Ich weiß noch nicht ob die 250 Exemplare von meiner Rede, welche hier nicht verkaufft worden an Hrn. Orell werden geschikt werden oder nicht. Weil ich keinen Verleger dazu gefunden, der sie auf schreibpapier und etwas ordentlich gedrukt hätte, so habe ich die Kosten dazu gegeben, und möchte nun gern auch die ganze Auflage, die, außer denen die ich verschenkt habe nur von 500 ist verkauffen. Ich habe den Rest nach Leipzig geschikt. Wenn Hr. Reich sie dort nicht absezt, so wird er sie sogleich an Hrn. Orell schiken, mit dem ich hernach schon werde überein kommen. Sollte aber dieser Rest verkaufft werden, so wird Hr. Reich ein Exemplar mit der Post an Hrn. Orell schiken. Sie ist in Regenspurg nachgedrukt worden.

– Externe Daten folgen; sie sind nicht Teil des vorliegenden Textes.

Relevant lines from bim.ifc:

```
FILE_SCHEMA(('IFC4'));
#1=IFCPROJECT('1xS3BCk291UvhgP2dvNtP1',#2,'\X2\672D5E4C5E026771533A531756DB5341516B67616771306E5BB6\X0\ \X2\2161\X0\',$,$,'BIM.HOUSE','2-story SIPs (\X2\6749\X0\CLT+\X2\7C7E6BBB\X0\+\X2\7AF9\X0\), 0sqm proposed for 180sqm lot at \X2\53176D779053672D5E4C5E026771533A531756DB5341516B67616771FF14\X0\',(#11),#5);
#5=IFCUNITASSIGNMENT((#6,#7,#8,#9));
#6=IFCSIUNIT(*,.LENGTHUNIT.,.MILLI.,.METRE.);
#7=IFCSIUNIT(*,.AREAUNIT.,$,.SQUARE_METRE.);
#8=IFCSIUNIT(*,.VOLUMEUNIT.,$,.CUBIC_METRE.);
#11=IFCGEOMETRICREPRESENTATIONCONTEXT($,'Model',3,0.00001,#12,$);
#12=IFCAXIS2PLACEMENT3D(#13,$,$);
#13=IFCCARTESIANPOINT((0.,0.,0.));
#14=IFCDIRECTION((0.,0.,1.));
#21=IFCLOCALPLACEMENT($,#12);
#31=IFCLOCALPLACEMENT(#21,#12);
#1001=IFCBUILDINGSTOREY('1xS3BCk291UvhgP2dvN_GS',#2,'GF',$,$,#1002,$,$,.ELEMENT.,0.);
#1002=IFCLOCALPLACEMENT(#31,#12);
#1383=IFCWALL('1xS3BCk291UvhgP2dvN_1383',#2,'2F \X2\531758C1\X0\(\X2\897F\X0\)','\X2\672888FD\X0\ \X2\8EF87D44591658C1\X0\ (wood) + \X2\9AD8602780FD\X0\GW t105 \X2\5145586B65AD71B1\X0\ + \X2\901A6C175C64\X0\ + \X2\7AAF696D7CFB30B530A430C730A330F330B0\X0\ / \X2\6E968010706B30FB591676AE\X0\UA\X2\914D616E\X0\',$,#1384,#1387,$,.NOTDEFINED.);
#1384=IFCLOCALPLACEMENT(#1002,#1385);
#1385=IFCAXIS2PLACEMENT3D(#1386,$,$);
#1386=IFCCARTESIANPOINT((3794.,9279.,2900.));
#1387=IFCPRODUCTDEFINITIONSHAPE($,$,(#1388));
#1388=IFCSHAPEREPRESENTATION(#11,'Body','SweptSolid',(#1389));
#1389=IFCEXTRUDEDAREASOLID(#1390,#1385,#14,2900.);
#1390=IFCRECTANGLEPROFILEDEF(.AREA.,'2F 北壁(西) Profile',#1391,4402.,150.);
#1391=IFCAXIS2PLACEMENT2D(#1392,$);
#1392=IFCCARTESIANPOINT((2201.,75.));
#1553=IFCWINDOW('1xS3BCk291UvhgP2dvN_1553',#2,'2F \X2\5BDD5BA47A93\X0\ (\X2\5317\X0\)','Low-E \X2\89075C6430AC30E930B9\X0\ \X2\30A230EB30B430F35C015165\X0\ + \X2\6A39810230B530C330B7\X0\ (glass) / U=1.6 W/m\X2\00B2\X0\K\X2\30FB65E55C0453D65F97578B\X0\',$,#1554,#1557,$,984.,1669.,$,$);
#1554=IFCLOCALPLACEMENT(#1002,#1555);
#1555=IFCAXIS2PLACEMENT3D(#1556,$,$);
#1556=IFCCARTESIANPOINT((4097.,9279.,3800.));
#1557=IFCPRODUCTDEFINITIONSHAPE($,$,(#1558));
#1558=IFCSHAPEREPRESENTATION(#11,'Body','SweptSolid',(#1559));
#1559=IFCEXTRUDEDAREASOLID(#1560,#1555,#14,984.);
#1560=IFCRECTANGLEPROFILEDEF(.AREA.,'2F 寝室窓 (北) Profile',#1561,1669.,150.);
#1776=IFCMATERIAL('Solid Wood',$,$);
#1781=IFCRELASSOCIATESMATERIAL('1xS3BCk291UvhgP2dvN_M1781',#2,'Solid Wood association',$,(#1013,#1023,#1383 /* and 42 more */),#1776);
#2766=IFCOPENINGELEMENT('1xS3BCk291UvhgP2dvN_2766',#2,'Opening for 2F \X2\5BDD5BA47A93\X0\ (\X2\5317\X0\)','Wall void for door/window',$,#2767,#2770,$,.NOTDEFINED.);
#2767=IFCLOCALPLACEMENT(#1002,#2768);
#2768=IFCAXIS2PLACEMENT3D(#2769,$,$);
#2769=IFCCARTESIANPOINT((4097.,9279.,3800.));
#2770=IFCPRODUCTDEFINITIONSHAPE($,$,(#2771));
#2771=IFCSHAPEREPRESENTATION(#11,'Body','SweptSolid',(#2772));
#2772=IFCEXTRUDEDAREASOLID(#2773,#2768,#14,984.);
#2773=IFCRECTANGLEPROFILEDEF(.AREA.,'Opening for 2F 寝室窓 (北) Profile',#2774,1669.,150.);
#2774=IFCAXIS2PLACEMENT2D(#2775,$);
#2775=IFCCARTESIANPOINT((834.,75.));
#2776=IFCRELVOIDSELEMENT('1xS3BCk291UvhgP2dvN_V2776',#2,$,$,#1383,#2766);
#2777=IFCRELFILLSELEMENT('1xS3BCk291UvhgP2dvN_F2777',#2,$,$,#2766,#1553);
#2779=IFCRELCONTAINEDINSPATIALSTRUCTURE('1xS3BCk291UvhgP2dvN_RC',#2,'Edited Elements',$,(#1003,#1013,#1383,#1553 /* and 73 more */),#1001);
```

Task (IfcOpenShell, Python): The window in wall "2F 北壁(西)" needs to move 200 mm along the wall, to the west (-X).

```python
import ifcopenshell
import ifcopenshell.api.geometry
import ifcopenshell.util.placement

model = ifcopenshell.open("bim.ifc")

window = model.by_id(1553)
opening = window.FillsVoids[0].RelatingOpeningElement
wall = opening.VoidsElements[0].RelatingBuildingElement

wall_matrix = ifcopenshell.util.placement.get_local_placement(wall.ObjectPlacement)
shift = wall_matrix[:3, 0] * -200.0
before = ifcopenshell.util.placement.get_local_placement(window.ObjectPlacement)[:3, 3].copy()

# The window is not placed relative to its opening, so move both.
for product in (opening, window):
    matrix = ifcopenshell.util.placement.get_local_placement(product.ObjectPlacement)
    matrix[:3, 3] += shift
    ifcopenshell.api.geometry.edit_object_placement(model, product=product, matrix=matrix, is_si=False)

after = ifcopenshell.util.placement.get_local_placement(window.ObjectPlacement)[:3, 3]
print("window moved by", (after - before).round(3) + 0.0)

model.write("bim_updated.ifc")
```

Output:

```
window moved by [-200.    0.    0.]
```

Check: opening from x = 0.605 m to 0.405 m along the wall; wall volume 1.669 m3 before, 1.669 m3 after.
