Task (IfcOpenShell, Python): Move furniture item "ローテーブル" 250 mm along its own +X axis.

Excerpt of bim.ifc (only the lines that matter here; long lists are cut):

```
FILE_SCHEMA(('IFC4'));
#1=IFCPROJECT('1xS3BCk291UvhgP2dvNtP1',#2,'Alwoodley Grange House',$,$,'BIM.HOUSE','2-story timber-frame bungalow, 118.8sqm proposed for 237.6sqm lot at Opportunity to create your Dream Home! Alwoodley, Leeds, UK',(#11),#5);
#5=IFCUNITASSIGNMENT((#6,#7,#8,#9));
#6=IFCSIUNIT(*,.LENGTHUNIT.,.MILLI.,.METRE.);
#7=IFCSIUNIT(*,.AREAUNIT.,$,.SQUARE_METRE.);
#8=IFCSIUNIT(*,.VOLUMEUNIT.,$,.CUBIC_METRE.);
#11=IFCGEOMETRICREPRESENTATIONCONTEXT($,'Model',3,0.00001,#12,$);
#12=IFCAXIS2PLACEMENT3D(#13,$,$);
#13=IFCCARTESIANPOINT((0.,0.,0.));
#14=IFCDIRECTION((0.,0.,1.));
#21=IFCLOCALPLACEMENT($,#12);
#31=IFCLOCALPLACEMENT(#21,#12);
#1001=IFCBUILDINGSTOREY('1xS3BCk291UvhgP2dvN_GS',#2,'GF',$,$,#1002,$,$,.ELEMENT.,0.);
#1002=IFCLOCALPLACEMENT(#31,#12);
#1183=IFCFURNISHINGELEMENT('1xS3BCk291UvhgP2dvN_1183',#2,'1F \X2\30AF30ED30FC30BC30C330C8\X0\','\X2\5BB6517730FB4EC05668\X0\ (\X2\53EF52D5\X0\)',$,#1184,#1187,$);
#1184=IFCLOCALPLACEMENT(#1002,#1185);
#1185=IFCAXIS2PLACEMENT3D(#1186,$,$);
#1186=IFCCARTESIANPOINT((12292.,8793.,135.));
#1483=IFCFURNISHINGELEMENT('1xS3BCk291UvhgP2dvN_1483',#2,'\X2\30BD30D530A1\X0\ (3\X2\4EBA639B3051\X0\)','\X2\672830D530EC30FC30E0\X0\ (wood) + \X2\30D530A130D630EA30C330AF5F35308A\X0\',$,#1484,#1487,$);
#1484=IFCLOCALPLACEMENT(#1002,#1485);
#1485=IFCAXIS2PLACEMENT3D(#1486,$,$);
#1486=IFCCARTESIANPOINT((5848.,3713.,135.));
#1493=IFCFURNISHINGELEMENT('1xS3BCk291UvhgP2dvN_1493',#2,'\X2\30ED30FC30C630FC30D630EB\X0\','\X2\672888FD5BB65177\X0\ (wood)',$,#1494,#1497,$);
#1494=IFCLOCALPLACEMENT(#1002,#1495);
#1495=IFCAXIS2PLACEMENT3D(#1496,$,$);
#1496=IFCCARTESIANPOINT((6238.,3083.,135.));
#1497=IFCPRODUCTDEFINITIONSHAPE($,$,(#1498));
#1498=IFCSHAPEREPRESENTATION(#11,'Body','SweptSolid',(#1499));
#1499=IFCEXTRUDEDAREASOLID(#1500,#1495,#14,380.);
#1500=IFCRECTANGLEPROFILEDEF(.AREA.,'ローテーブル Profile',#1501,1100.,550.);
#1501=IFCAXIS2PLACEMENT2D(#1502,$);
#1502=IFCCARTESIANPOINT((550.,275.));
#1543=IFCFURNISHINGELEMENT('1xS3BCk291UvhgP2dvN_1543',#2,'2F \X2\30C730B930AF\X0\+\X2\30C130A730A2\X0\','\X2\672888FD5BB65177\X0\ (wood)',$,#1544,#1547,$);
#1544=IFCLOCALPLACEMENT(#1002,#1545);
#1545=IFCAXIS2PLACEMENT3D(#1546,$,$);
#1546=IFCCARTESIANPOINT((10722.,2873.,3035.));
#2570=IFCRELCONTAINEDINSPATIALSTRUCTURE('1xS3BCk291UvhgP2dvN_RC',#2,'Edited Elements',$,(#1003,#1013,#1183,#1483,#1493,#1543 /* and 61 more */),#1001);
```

```python
import ifcopenshell
import ifcopenshell.api.geometry
import ifcopenshell.util.placement

model = ifcopenshell.open("bim.ifc")

item = model.by_guid("1xS3BCk291UvhgP2dvN_1493")
matrix = ifcopenshell.util.placement.get_local_placement(item.ObjectPlacement)
matrix[:3, 3] += matrix[:3, 0] * 250.0
ifcopenshell.api.geometry.edit_object_placement(model, product=item, matrix=matrix, is_si=False)

print(ifcopenshell.util.placement.get_local_placement(item.ObjectPlacement).round(3) + 0.0)

model.write("bim-out.ifc")
```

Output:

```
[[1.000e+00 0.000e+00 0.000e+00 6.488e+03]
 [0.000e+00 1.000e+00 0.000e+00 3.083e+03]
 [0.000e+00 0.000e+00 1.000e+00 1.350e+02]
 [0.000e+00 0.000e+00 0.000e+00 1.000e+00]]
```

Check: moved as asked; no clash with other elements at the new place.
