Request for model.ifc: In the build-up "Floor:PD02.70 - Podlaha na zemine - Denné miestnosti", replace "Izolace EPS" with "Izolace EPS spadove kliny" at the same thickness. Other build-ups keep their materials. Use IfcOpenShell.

First a look at what the model holds.

```python
import ifcopenshell
import ifcopenshell.util.element

model = ifcopenshell.open("model.ifc")
print(model.schema)
for layer_set in model.by_type("IfcMaterialLayerSet"):
    if layer_set.LayerSetName == "Floor:PD02.70 - Podlaha na zemine - Denné miestnosti":
        for layer in layer_set.MaterialLayers:
            print(layer.id(), layer.Material and layer.Material.Name, layer.LayerThickness, sep=" | ")
        print(len(ifcopenshell.util.element.get_elements_by_material(model, layer_set)), "elements and types use it")
print(sorted(m.Name for m in model.by_type("IfcMaterial") if m.Name)[:60])
```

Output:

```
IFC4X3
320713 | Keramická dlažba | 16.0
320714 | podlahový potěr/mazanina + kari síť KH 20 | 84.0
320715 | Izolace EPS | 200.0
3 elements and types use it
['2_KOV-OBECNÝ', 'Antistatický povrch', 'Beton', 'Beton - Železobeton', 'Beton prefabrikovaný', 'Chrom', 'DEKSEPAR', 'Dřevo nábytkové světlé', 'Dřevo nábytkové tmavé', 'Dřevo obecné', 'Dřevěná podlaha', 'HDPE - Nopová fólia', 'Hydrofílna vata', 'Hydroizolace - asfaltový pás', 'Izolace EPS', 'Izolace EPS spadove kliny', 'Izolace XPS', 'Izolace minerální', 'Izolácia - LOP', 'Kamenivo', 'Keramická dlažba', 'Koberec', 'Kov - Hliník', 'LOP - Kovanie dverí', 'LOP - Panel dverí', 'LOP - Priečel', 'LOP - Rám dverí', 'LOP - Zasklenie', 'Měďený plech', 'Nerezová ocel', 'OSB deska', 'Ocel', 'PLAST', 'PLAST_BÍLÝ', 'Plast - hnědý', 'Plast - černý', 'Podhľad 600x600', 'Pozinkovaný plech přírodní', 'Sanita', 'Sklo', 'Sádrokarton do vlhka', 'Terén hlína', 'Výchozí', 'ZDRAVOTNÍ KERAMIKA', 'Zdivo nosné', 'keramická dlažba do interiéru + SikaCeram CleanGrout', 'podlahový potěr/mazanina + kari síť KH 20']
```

```python
import ifcopenshell
import ifcopenshell.api.material

model = ifcopenshell.open("model.ifc")

layer_set = next(s for s in model.by_type("IfcMaterialLayerSet") if s.LayerSetName == "Floor:PD02.70 - Podlaha na zemine - Denné miestnosti")
layer = next(l for l in layer_set.MaterialLayers if l.Material and l.Material.Name == "Izolace EPS")
material = next(m for m in model.by_type("IfcMaterial") if m.Name == "Izolace EPS spadove kliny")

# Point this one layer at the other material; renaming the old one would change it everywhere.
ifcopenshell.api.material.edit_layer(model, layer=layer, attributes={"Name": material.Name}, material=material)

print([l.Material.Name if l.Material else None for l in layer_set.MaterialLayers])

model.write("model_v2.ifc")
```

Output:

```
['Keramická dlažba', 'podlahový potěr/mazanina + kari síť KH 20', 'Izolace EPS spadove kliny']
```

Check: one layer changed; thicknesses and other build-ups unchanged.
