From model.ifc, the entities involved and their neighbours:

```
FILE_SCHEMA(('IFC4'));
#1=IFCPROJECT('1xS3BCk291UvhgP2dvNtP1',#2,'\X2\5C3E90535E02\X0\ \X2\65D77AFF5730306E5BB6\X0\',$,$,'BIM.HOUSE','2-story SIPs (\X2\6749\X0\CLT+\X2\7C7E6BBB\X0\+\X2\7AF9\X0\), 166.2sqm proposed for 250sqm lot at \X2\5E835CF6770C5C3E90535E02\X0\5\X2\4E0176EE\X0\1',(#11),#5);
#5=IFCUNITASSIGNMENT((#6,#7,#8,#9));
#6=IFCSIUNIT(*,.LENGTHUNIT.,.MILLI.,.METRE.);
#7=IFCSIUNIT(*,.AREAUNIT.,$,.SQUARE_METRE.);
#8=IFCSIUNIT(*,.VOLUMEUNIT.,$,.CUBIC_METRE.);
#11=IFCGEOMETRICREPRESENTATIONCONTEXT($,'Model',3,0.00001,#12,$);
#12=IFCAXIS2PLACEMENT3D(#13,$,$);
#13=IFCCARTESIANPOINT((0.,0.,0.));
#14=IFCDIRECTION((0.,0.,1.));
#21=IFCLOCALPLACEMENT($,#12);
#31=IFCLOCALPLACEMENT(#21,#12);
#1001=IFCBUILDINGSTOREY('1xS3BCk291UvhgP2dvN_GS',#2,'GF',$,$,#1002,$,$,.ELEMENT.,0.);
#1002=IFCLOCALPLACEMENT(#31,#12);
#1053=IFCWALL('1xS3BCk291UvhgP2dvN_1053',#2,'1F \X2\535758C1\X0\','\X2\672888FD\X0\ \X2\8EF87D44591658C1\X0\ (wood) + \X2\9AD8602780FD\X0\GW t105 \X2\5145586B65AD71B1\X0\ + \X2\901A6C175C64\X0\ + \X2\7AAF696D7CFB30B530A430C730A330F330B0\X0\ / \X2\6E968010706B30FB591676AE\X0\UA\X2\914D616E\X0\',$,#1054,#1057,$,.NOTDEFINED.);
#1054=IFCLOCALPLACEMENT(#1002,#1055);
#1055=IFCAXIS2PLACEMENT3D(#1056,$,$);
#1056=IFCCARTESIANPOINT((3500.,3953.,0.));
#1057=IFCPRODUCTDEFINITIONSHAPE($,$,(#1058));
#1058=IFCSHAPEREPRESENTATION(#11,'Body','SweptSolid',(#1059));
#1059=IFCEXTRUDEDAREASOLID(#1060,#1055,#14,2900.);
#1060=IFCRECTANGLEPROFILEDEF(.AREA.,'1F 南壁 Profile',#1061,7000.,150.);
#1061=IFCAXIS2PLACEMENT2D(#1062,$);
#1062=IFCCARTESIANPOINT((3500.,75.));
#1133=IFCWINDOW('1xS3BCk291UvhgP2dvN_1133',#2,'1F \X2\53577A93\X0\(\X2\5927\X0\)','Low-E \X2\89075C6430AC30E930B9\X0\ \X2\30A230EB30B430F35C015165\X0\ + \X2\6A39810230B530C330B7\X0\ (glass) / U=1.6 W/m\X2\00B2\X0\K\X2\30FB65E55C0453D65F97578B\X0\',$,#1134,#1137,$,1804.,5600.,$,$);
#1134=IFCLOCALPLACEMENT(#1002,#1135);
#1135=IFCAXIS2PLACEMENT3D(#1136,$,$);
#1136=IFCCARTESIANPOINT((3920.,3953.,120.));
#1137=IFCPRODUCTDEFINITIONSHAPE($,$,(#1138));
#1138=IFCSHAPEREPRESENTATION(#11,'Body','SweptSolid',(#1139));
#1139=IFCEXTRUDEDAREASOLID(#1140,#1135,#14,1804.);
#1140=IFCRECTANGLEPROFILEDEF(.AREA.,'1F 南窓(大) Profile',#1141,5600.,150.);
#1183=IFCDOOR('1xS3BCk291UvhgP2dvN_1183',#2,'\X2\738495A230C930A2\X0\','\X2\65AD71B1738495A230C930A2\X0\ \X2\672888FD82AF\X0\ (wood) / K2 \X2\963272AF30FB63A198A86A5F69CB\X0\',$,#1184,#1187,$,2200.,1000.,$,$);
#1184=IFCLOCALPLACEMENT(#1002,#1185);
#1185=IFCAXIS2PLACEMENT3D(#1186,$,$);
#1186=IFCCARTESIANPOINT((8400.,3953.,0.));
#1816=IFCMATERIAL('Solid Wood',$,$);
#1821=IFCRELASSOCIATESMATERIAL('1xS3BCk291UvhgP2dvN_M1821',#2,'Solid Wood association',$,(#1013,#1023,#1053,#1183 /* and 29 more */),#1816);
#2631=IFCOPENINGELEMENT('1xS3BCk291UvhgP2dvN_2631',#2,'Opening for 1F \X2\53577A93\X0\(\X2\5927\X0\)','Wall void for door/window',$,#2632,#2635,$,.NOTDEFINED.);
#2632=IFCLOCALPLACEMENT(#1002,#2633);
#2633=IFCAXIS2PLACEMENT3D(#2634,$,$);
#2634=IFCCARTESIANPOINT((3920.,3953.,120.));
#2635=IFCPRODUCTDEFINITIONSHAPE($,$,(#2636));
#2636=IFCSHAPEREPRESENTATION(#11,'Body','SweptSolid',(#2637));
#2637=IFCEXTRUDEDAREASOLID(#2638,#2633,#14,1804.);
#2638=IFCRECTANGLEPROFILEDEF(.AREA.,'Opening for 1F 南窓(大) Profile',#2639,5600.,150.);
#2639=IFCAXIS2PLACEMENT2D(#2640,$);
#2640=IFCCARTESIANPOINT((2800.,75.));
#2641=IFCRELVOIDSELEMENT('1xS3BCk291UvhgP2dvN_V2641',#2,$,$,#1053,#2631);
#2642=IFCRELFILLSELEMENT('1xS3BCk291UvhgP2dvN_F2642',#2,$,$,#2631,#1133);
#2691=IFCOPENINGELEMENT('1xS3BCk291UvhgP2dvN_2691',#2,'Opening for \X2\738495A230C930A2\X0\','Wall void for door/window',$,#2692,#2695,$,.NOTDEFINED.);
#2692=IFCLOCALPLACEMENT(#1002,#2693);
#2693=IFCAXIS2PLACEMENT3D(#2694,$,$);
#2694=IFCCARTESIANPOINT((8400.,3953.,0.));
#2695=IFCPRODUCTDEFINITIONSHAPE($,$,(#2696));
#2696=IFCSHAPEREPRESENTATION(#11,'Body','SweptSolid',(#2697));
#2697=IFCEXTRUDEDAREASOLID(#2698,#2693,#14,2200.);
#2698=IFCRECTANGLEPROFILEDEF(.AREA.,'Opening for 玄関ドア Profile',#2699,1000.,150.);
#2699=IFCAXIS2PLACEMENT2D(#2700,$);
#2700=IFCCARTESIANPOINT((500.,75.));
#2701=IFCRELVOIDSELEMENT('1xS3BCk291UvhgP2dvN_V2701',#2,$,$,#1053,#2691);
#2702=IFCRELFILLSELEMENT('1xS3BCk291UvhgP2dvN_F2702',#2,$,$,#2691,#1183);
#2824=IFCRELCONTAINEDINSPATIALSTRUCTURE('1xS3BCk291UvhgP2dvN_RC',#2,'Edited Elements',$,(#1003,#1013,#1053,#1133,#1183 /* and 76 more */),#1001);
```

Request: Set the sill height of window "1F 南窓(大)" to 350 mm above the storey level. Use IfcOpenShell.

```python
import numpy as np
import ifcopenshell
import ifcopenshell.api.geometry
import ifcopenshell.geom
import ifcopenshell.util.element
import ifcopenshell.util.placement
import ifcopenshell.util.shape
import ifcopenshell.util.unit

model = ifcopenshell.open("model.ifc")
unit_scale = ifcopenshell.util.unit.calculate_unit_scale(model)

window = model.by_guid("1xS3BCk291UvhgP2dvN_1133")
opening = window.FillsVoids[0].RelatingOpeningElement
storey = ifcopenshell.util.element.get_container(window, ifc_class="IfcBuildingStorey")
level = ifcopenshell.util.placement.get_local_placement(storey.ObjectPlacement)[2, 3]

# The opening's origin need not be at the sill, so measure its lowest point.
shape = ifcopenshell.geom.create_shape(ifcopenshell.geom.settings(), opening)
bottom = ifcopenshell.util.shape.get_shape_bottom_elevation(shape, shape.geometry) / unit_scale
dz = level + 0.35 / unit_scale - bottom

shift = np.array([0.0, 0.0, dz])
# The window is not placed relative to its opening, so move both.
for product in (opening, window):
    matrix = ifcopenshell.util.placement.get_local_placement(product.ObjectPlacement)
    matrix[:3, 3] += shift
    ifcopenshell.api.geometry.edit_object_placement(model, product=product, matrix=matrix, is_si=False)

print(f"moved by {dz * unit_scale:+.3f} m")

model.write("model_v2.ifc")
```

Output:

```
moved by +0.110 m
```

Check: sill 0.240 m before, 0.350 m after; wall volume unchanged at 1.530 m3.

Ich hoffe, daß Sie mir ihre Trauerspiele nicht werden vorenthalten. Wenn sie noch nicht gedrukt werden, so möchte ich gerne eine Abschrifft davon haben, die ich Ihnen allenfalls wieder zustellen will. Vom Cores erwarte ich etwas vollkommenes. Die Wahl des Helden gefällt mir sehr. Ich weiß nicht ob der Pr. v. Pr. so viel Achtung für die deütsche Poesie hat, ein episches Gedicht darin zu lesen. Indeßen muß man es versuchen. Meine Rede hat Ihm gefallen, und Er hat mich versichert, daß er darin die deütsche Sprache über seine Erwartung gut gefunden habe. Mit dem Gebrauch der franz. Sprache hat sich auch eine franz. Art zu denken hier eingeschliechen.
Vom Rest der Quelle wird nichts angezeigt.